YOUR ASSIGNMENT: Check each line of the material that follows, and copy those holding the string "IFCLOCALPLACEMENT".

THE DATA:
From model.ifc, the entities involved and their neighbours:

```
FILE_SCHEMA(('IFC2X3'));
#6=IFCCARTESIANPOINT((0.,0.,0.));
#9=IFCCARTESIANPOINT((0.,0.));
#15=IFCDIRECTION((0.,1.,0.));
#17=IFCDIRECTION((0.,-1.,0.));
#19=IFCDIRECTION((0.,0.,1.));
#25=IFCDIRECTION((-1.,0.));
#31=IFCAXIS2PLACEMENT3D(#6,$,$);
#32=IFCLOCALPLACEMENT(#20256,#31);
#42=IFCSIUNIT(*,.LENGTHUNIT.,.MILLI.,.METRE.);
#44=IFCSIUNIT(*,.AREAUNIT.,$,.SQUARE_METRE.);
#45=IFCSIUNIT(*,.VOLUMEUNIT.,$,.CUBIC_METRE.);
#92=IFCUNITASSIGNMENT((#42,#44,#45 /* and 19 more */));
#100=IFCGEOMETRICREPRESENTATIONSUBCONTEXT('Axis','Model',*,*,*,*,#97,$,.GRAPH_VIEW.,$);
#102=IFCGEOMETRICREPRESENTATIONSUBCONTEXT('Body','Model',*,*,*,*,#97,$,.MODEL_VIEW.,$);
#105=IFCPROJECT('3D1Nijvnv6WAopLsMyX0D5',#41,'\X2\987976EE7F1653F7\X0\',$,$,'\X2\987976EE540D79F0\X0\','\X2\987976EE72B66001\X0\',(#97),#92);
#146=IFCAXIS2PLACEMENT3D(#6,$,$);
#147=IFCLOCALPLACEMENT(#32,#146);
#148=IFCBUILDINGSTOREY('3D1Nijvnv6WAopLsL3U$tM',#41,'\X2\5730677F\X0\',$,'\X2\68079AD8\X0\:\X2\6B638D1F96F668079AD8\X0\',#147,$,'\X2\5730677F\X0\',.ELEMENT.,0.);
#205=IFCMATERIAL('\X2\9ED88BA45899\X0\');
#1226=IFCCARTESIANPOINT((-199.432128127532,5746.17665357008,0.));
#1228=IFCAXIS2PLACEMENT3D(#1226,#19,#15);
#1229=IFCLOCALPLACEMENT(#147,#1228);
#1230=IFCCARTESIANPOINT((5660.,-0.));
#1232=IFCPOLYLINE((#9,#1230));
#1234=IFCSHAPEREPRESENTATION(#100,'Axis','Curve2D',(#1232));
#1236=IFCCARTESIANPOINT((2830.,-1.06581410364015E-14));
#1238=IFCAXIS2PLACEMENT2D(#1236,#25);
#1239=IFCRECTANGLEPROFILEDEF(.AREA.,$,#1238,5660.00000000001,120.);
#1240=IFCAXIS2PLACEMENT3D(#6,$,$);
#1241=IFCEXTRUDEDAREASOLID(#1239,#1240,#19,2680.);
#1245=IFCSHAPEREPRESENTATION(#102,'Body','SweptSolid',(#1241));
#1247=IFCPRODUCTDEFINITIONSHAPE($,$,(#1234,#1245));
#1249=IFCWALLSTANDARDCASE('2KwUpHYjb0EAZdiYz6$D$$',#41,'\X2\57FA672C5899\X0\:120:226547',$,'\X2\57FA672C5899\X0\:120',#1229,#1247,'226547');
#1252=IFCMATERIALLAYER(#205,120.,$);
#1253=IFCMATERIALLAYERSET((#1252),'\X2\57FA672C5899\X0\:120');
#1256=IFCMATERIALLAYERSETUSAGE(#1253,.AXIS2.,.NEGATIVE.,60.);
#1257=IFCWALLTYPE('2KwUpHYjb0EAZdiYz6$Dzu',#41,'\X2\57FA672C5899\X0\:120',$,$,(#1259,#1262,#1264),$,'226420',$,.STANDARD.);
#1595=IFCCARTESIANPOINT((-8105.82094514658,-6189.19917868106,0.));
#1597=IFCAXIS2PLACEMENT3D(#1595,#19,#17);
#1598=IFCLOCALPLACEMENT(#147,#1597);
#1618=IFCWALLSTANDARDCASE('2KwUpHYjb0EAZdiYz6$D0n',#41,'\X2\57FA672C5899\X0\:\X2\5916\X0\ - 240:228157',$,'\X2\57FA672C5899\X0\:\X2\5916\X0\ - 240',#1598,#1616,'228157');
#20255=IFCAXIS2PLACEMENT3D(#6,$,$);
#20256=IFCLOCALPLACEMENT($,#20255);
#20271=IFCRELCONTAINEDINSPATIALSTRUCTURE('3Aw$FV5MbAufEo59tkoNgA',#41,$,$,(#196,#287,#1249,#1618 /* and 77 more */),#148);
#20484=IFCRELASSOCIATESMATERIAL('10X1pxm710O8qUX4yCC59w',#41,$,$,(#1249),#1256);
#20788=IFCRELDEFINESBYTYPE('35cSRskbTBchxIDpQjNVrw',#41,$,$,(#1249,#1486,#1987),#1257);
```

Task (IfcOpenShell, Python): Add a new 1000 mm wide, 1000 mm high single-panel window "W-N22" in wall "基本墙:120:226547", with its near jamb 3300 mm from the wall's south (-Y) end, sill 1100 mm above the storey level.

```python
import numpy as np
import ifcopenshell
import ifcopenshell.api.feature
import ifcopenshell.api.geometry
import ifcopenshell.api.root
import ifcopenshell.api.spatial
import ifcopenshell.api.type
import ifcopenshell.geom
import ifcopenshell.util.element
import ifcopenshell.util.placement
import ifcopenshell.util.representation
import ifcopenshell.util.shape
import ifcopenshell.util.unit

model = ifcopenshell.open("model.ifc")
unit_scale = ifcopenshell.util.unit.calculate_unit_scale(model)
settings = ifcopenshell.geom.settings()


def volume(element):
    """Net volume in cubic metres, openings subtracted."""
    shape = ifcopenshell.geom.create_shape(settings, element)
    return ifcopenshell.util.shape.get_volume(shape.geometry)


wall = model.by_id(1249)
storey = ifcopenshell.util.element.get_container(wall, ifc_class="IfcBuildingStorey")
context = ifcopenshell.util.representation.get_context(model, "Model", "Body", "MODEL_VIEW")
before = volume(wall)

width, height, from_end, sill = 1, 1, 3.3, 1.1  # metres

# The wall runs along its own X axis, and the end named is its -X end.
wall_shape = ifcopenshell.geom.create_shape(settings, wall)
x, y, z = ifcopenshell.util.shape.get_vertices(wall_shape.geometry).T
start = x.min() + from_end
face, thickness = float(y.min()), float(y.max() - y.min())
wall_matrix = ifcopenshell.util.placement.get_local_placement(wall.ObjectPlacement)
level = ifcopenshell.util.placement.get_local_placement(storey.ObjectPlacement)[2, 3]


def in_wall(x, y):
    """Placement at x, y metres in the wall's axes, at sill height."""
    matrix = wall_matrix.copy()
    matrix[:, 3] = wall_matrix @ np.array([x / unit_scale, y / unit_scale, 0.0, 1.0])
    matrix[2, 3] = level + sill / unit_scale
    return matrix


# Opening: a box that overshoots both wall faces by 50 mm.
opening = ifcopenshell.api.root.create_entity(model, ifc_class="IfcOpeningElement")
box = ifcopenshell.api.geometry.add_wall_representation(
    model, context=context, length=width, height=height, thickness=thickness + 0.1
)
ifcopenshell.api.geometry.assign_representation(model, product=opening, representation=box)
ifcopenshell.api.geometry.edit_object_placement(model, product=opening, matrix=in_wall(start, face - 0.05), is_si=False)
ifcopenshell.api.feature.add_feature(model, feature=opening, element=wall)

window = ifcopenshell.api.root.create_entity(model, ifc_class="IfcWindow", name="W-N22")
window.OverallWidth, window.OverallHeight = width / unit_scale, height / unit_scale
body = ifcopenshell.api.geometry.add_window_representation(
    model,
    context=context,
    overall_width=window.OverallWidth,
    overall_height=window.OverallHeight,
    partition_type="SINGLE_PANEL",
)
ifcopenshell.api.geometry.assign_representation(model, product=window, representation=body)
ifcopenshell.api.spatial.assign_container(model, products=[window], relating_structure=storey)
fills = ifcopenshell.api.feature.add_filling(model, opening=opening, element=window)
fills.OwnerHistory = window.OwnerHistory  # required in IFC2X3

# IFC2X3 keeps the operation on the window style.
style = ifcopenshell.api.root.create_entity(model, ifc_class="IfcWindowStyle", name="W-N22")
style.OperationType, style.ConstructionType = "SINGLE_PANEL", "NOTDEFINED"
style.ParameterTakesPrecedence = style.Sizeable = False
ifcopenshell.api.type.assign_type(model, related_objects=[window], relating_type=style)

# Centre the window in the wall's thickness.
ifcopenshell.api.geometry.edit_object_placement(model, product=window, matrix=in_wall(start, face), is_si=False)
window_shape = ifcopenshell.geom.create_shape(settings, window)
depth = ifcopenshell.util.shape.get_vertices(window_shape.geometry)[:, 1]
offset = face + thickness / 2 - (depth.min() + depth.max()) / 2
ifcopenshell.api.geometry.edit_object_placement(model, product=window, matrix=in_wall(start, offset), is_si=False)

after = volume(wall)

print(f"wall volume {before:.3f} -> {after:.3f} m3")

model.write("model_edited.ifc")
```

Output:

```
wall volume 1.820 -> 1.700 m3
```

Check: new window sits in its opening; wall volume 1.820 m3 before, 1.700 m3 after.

WORKED SOLUTION:
#32=IFCLOCALPLACEMENT(#20256,#31);
#147=IFCLOCALPLACEMENT(#32,#146);
#1229=IFCLOCALPLACEMENT(#147,#1228);
#1598=IFCLOCALPLACEMENT(#147,#1597);
#20256=IFCLOCALPLACEMENT($,#20255);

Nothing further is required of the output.